Do you notice how God so often uses basic pictures that anyone can understand to illustrate His truth? He compares great spiritual realities to water or bread or light, things that anyone in any culture can perfectly well understand. Now the nationalities do have different characteristics. Although Paul preached an international gospel, he began his message at Athens by indicating a special feature of the Athenians, saying, "... I see how very religious you are" and really meaning that they were superstitious. In this they differed, perhaps, from other nationalities. There are differences between people but nevertheless, so far as the basic principle of faith is concerned, every nation can equally be said to choose to believe. This is open to all. Anyone can believe.

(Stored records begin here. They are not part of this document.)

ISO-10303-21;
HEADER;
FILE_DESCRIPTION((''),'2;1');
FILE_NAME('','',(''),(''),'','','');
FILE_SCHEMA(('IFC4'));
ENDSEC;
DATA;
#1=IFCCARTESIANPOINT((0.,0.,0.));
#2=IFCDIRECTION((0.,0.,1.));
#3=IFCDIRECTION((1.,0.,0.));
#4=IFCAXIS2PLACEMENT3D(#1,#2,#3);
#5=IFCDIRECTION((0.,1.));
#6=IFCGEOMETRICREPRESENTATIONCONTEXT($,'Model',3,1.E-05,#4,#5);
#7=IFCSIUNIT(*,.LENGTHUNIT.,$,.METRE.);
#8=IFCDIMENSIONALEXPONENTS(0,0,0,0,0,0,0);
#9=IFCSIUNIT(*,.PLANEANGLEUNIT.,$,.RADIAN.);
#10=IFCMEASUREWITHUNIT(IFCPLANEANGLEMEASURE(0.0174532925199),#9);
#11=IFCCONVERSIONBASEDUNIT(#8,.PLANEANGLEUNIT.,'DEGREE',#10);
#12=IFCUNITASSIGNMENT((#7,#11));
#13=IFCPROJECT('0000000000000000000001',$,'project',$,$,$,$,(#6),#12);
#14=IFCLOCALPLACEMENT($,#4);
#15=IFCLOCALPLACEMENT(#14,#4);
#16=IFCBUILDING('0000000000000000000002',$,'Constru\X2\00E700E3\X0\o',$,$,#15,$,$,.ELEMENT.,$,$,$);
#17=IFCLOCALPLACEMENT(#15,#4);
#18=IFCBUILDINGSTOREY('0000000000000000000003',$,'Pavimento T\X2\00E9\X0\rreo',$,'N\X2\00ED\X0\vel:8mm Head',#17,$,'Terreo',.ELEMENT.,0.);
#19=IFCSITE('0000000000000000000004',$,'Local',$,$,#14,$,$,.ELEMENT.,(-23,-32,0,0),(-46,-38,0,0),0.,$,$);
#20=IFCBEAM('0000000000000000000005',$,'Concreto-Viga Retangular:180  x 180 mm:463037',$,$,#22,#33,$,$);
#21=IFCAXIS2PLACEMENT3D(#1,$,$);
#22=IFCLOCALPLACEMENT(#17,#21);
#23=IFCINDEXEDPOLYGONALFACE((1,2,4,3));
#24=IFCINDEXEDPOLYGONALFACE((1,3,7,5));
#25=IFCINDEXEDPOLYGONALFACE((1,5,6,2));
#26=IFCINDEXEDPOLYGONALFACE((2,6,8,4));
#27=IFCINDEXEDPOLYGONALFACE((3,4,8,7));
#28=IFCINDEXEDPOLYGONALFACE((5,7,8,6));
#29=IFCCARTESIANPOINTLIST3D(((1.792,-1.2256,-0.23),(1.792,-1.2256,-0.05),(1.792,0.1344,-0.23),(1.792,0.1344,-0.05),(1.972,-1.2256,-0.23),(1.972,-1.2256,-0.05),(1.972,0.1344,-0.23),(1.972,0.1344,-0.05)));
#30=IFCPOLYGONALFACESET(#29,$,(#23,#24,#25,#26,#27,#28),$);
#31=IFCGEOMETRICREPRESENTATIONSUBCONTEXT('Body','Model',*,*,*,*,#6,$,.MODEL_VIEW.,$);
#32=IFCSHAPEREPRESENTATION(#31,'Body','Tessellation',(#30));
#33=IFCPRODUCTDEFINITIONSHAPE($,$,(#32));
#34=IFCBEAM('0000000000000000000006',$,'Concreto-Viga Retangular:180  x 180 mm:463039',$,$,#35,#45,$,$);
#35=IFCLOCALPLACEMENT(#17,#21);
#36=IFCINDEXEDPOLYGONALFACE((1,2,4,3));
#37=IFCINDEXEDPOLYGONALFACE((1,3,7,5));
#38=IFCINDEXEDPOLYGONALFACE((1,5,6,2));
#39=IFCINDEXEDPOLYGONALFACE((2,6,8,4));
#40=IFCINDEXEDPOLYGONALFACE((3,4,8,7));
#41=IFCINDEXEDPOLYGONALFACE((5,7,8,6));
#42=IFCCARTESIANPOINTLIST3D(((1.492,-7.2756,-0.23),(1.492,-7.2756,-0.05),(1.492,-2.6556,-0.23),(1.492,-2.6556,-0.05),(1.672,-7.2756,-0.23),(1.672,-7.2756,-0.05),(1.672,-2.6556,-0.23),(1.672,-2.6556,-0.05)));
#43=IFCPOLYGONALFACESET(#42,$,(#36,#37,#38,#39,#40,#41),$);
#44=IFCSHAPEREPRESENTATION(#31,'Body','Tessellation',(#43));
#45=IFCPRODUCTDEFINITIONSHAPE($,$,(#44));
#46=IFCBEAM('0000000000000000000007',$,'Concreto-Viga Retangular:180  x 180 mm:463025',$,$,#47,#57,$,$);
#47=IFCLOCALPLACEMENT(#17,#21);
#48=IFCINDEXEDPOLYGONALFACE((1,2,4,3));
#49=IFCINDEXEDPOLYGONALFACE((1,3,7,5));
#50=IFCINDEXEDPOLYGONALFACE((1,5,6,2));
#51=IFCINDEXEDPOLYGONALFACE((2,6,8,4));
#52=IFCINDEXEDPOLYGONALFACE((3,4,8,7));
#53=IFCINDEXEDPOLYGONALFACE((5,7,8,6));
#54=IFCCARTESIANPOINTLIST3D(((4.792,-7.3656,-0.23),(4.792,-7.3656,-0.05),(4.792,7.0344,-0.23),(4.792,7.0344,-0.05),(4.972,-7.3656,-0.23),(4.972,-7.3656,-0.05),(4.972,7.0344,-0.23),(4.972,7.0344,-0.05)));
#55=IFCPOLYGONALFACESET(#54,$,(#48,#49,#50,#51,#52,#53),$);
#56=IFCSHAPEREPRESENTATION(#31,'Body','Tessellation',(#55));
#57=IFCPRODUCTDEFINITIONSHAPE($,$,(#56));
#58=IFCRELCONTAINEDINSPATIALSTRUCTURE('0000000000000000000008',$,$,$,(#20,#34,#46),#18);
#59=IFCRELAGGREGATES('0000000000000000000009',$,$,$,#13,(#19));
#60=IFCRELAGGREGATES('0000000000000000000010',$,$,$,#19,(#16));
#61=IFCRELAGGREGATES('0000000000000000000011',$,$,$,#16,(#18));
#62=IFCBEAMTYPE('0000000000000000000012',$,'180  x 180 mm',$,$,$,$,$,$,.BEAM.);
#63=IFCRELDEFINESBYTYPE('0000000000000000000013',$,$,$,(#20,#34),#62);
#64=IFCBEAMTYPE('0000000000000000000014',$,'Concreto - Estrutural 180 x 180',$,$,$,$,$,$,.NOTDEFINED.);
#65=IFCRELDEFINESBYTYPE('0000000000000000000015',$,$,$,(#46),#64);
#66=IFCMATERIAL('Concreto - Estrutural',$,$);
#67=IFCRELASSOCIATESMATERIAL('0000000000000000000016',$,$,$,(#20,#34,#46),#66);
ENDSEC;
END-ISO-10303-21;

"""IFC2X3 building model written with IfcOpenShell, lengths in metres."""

from ifc_helpers import new_model, entity, si_unit, converted_unit, direction, frame, frame_2d, origin_with_axes, place, context, subcontext, project, spatial, rectangle, extrude, material, type_object, element, save


model = new_model("IFC2X3")

# Units and contexts
model_context = context("Model", 3, precision=1e-05, world=origin_with_axes(), true_north=direction((0.0, 1.0)))
body_context = subcontext(model_context, "Body", "Model", "MODEL_VIEW")
ifc_project = project(units=[si_unit("LENGTHUNIT", "METRE"), converted_unit("PLANEANGLEUNIT", "DEGREE", entity("IfcPlaneAngleMeasure", 0.0174532925199), si_unit("PLANEANGLEUNIT", "RADIAN"), dimensions=[0, 0, 0, 0, 0, 0, 0])], contexts=[model_context])

# Site, building, storey
site_placement = place(None, origin_with_axes())
site = spatial("IfcSite", under=ifc_project, at=site_placement, Name="Local", CompositionType="ELEMENT", RefLatitude=(-23, -32, 0, 0), RefLongitude=(-46, -38, 0, 0), RefElevation=0.0)
building_placement = place(site_placement, origin_with_axes())
building = spatial("IfcBuilding", under=site, at=building_placement, Name="Construção", CompositionType="ELEMENT")
storey_placement = place(building_placement, origin_with_axes())
storey = spatial("IfcBuildingStorey", under=building, at=storey_placement, Name="Pavimento Térreo", ObjectType="Nível:8mm Head", LongName="Terreo", CompositionType="ELEMENT", Elevation=0.0)

# Shared definitions
ifc_material = material(Name="Concreto - Estrutural")

# Beams
beam_type_1 = type_object("IfcBeamType", Name="180  x 180 mm", PredefinedType="BEAM")
beam_1_placement = place(storey_placement, frame((1.882, -1.2256, -0.05), z_axis=(0.0, 0.0, 1.0), x_axis=(1.0, 0.0, 0.0)))
element("IfcBeam", 1, at=beam_1_placement, inside=storey, type_object=beam_type_1, material=ifc_material, Name="Concreto-Viga Retangular:180  x 180 mm:463037", context=body_context, shape_type="SweptSolid", body=[
    extrude(rectangle(XDim=0.18, YDim=0.18, at=frame_2d((-0.09, 0.0), x_axis=(1.0, 0.0))), frame((0.0, 0.0, 0.0), z_axis=(0.0, 1.0, 0.0), x_axis=(0.0, 0.0, 1.0)), (0.0, 0.0, 1.0), 1.36),
])
beam_2_placement = place(storey_placement, frame((1.582, -7.2756, -0.05), z_axis=(0.0, 0.0, 1.0), x_axis=(1.0, 0.0, 0.0)))
element("IfcBeam", 2, at=beam_2_placement, inside=storey, type_object=beam_type_1, material=ifc_material, Name="Concreto-Viga Retangular:180  x 180 mm:463039", context=body_context, shape_type="SweptSolid", body=[
    extrude(rectangle(XDim=0.18, YDim=0.18, at=frame_2d((-0.09, 0.0), x_axis=(1.0, 0.0))), frame((0.0, 0.0, 0.0), z_axis=(0.0, 1.0, 0.0), x_axis=(0.0, 0.0, 1.0)), (0.0, 0.0, 1.0), 4.62),
])
beam_type_2 = type_object("IfcBeamType", Name="Concreto - Estrutural 180 x 180", PredefinedType="NOTDEFINED")
beam_3_placement = place(storey_placement, frame((4.882, -7.3656, -0.05), z_axis=(0.0, 0.0, 1.0), x_axis=(1.0, 0.0, 0.0)))
element("IfcBeam", 3, at=beam_3_placement, inside=storey, type_object=beam_type_2, material=ifc_material, Name="Concreto-Viga Retangular:180  x 180 mm:463025", context=body_context, shape_type="SweptSolid", body=[
    extrude(rectangle(XDim=0.18, YDim=0.18, at=frame_2d((-0.09, 0.0), x_axis=(1.0, 0.0))), frame((0.0, 0.0, 0.0), z_axis=(0.0, 1.0, 0.0), x_axis=(0.0, 0.0, 1.0)), (0.0, 0.0, 1.0), 14.4),
])

save(model, "model.ifc")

It is certainly clear that anyone can exercise unbelief. In Romans 1, where Paul sets out very clearly the unbelief of men, he remarks that they suppress the truth (v.18), they know God but give Him no honour (v.21), they exchange the truth of God for a lie (v.25) and they refuse to acknowledge God (v.28). Anybody can exercise unfaith. The opposite is also available to all men. In the last analysis anyone can say "No" to himself and commit himself to God. This is that which God sets before all nations, the turning from oneself and casting oneself hopelessly upon God.

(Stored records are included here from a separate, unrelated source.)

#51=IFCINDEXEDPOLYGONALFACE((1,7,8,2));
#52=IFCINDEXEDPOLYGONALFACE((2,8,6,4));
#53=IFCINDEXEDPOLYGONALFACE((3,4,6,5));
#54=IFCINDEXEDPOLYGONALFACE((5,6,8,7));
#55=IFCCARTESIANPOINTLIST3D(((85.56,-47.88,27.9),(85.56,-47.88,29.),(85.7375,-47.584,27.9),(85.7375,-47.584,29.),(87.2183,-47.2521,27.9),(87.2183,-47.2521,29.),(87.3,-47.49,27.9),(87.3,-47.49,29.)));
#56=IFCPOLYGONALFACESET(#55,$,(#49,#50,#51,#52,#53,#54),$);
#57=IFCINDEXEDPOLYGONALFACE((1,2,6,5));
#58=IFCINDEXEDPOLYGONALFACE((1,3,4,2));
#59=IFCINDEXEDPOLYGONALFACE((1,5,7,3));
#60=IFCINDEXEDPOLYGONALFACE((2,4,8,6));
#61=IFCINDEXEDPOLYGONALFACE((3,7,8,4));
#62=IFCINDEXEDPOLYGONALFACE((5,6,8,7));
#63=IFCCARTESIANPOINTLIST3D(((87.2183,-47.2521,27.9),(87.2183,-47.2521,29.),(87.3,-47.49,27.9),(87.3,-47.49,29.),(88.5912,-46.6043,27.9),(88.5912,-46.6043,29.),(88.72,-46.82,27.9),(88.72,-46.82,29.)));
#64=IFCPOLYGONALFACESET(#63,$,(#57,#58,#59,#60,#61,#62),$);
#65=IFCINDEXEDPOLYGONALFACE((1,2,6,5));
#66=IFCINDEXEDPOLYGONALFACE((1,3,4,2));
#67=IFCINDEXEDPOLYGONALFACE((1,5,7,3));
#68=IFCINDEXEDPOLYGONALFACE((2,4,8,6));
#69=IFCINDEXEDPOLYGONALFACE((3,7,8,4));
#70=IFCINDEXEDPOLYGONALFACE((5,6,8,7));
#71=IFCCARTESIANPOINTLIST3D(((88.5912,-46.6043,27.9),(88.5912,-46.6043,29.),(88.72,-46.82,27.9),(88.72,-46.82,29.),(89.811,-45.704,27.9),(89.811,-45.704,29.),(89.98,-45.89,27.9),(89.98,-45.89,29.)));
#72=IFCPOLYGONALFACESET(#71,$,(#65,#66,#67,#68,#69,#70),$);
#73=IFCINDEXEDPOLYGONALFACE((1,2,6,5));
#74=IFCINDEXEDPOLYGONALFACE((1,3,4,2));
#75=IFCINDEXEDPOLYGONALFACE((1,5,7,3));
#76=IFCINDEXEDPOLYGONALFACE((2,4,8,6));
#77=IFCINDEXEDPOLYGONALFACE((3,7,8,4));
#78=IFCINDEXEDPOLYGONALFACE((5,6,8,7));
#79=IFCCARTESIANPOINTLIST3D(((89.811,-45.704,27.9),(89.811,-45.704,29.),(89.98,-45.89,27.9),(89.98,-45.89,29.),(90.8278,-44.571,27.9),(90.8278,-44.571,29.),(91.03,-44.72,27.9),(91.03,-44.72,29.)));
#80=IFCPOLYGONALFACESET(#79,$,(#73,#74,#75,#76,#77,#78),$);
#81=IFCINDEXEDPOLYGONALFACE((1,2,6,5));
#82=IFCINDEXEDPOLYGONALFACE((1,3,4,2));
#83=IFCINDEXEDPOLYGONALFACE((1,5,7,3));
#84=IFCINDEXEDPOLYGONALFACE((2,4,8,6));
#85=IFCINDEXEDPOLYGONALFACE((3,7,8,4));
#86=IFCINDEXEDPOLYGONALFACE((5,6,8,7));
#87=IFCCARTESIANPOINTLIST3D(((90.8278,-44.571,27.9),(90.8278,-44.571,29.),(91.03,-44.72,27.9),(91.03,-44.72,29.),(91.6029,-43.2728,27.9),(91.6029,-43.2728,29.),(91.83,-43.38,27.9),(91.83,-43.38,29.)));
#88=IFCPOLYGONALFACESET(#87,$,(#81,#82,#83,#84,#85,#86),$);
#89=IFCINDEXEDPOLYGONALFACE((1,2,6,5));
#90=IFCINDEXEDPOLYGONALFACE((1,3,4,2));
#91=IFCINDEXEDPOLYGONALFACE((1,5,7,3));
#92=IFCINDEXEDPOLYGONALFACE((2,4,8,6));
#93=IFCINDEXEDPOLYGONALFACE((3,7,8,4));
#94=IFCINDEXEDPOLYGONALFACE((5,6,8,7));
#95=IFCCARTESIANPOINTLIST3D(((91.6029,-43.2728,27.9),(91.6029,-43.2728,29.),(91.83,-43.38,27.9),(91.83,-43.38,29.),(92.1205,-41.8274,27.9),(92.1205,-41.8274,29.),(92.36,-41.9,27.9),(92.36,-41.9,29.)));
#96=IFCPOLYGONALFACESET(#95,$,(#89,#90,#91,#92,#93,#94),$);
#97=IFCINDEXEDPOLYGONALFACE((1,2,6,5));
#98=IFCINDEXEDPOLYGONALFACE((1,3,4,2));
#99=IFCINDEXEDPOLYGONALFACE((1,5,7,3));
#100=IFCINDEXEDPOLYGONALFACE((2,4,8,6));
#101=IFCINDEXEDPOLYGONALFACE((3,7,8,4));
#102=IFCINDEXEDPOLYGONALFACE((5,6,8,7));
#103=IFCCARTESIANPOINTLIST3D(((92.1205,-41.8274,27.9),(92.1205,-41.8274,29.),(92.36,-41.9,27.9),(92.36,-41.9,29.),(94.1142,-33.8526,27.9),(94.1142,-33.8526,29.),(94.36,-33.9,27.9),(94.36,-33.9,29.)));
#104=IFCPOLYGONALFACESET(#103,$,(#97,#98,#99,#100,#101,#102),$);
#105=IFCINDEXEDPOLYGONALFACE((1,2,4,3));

Knowing our weakness God has given us a living example of a man of faith. He does not explain faith in theological terms and in some abstract way, but gives all the nations equally the one example of Abraham. Abraham was accepted by God for his faith, which all can imitate. James Strachan rightly says, "Had Abraham won God's favour by his extraordinary merits, he would have been no example to his posterity." There were so many good things said about Abraham that might have commended him to God, but if that had been the case then not only his descendants after him but everybody else in the world would have been able to protest that they could never live up to that standard.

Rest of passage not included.